:: ASSIGNED TASK ::
Every line below that holds the string "IFCDIRECTION" should be copied out.

:: DATASET RECORDS ::
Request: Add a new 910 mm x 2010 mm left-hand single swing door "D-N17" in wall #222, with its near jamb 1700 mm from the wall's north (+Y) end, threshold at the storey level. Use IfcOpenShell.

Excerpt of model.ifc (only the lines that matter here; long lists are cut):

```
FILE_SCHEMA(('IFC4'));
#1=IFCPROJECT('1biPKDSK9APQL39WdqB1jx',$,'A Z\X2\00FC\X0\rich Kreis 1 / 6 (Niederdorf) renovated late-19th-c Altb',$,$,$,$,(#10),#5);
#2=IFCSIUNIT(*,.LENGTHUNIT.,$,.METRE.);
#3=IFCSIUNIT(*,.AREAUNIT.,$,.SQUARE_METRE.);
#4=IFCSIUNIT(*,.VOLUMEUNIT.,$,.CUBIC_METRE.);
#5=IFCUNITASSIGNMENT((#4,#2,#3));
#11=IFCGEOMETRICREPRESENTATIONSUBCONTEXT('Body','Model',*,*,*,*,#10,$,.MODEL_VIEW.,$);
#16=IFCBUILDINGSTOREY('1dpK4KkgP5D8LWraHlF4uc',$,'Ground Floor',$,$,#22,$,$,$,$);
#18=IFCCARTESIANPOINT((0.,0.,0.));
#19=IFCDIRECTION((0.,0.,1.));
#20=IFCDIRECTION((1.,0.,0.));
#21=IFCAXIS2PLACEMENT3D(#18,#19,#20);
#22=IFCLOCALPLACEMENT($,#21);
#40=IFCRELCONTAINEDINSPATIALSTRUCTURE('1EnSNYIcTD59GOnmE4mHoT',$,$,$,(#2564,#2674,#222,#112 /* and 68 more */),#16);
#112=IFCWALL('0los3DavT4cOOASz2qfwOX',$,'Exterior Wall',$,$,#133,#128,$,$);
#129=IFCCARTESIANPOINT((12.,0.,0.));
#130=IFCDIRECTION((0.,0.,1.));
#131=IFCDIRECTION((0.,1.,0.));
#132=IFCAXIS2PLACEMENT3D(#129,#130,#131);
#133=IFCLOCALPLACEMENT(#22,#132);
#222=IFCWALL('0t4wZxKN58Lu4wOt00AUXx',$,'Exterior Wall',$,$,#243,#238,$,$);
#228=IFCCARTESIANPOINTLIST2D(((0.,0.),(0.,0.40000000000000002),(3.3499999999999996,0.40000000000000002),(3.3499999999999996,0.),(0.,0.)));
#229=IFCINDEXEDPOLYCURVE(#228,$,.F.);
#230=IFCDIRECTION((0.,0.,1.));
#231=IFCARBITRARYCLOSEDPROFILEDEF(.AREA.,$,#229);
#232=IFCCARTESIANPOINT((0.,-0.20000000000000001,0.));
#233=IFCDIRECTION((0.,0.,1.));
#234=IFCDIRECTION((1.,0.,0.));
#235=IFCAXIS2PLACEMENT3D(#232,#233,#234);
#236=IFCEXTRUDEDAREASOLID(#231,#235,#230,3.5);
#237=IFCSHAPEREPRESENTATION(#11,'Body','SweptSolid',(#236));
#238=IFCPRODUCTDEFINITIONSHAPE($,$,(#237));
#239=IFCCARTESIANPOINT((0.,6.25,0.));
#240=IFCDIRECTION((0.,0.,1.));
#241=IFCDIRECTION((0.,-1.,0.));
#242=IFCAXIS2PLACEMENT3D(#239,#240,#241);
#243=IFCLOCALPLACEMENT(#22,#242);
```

```python
import numpy as np
import ifcopenshell
import ifcopenshell.api.feature
import ifcopenshell.api.geometry
import ifcopenshell.api.root
import ifcopenshell.api.spatial
import ifcopenshell.geom
import ifcopenshell.util.element
import ifcopenshell.util.placement
import ifcopenshell.util.representation
import ifcopenshell.util.shape
import ifcopenshell.util.unit

model = ifcopenshell.open("model.ifc")
unit_scale = ifcopenshell.util.unit.calculate_unit_scale(model)
settings = ifcopenshell.geom.settings()


def volume(element):
    """Net volume in cubic metres, openings subtracted."""
    shape = ifcopenshell.geom.create_shape(settings, element)
    return ifcopenshell.util.shape.get_volume(shape.geometry)


wall = model.by_id(222)
storey = ifcopenshell.util.element.get_container(wall, ifc_class="IfcBuildingStorey")
context = ifcopenshell.util.representation.get_context(model, "Model", "Body", "MODEL_VIEW")
before = volume(wall)

width, height, from_end, sill = 0.91, 2.01, 1.7, 0.0  # metres

# The wall runs along its own X axis, and the end named is its -X end.
wall_shape = ifcopenshell.geom.create_shape(settings, wall)
x, y, z = ifcopenshell.util.shape.get_vertices(wall_shape.geometry).T
start = x.min() + from_end
face, thickness = float(y.min()), float(y.max() - y.min())
wall_matrix = ifcopenshell.util.placement.get_local_placement(wall.ObjectPlacement)
level = ifcopenshell.util.placement.get_local_placement(storey.ObjectPlacement)[2, 3]


def in_wall(x, y):
    """Placement at x, y metres in the wall's axes, at sill height."""
    matrix = wall_matrix.copy()
    matrix[:, 3] = wall_matrix @ np.array([x / unit_scale, y / unit_scale, 0.0, 1.0])
    matrix[2, 3] = level + sill / unit_scale
    return matrix


# Opening: a box that overshoots both wall faces by 50 mm.
opening = ifcopenshell.api.root.create_entity(model, ifc_class="IfcOpeningElement", predefined_type="OPENING")
box = ifcopenshell.api.geometry.add_wall_representation(
    model, context=context, length=width, height=height, thickness=thickness + 0.1
)
ifcopenshell.api.geometry.assign_representation(model, product=opening, representation=box)
ifcopenshell.api.geometry.edit_object_placement(model, product=opening, matrix=in_wall(start, face - 0.05), is_si=False)
ifcopenshell.api.feature.add_feature(model, feature=opening, element=wall)

door = ifcopenshell.api.root.create_entity(model, ifc_class="IfcDoor", name="D-N17", predefined_type="DOOR")
door.OverallWidth, door.OverallHeight = width / unit_scale, height / unit_scale
door.OperationType = "SINGLE_SWING_LEFT"
body = ifcopenshell.api.geometry.add_door_representation(
    model,
    context=context,
    overall_width=door.OverallWidth,
    overall_height=door.OverallHeight,
    operation_type="SINGLE_SWING_LEFT",
    lining_properties={"LiningDepth": thickness / unit_scale, "ThresholdDepth": thickness / unit_scale},
)
ifcopenshell.api.geometry.assign_representation(model, product=door, representation=body)
ifcopenshell.api.spatial.assign_container(model, products=[door], relating_structure=storey)
ifcopenshell.api.feature.add_filling(model, opening=opening, element=door)

# The lining spans the wall, so the door starts at the wall face.
ifcopenshell.api.geometry.edit_object_placement(model, product=door, matrix=in_wall(start, face), is_si=False)

after = volume(wall)

print(f"wall volume {before:.3f} -> {after:.3f} m3")

model.write("model-out.ifc")
```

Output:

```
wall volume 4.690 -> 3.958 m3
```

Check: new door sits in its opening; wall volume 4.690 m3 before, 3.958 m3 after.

:: REPLY ::
#19=IFCDIRECTION((0.,0.,1.));
#20=IFCDIRECTION((1.,0.,0.));
#130=IFCDIRECTION((0.,0.,1.));
#131=IFCDIRECTION((0.,1.,0.));
#230=IFCDIRECTION((0.,0.,1.));
#233=IFCDIRECTION((0.,0.,1.));
#234=IFCDIRECTION((1.,0.,0.));
#240=IFCDIRECTION((0.,0.,1.));
#241=IFCDIRECTION((0.,-1.,0.));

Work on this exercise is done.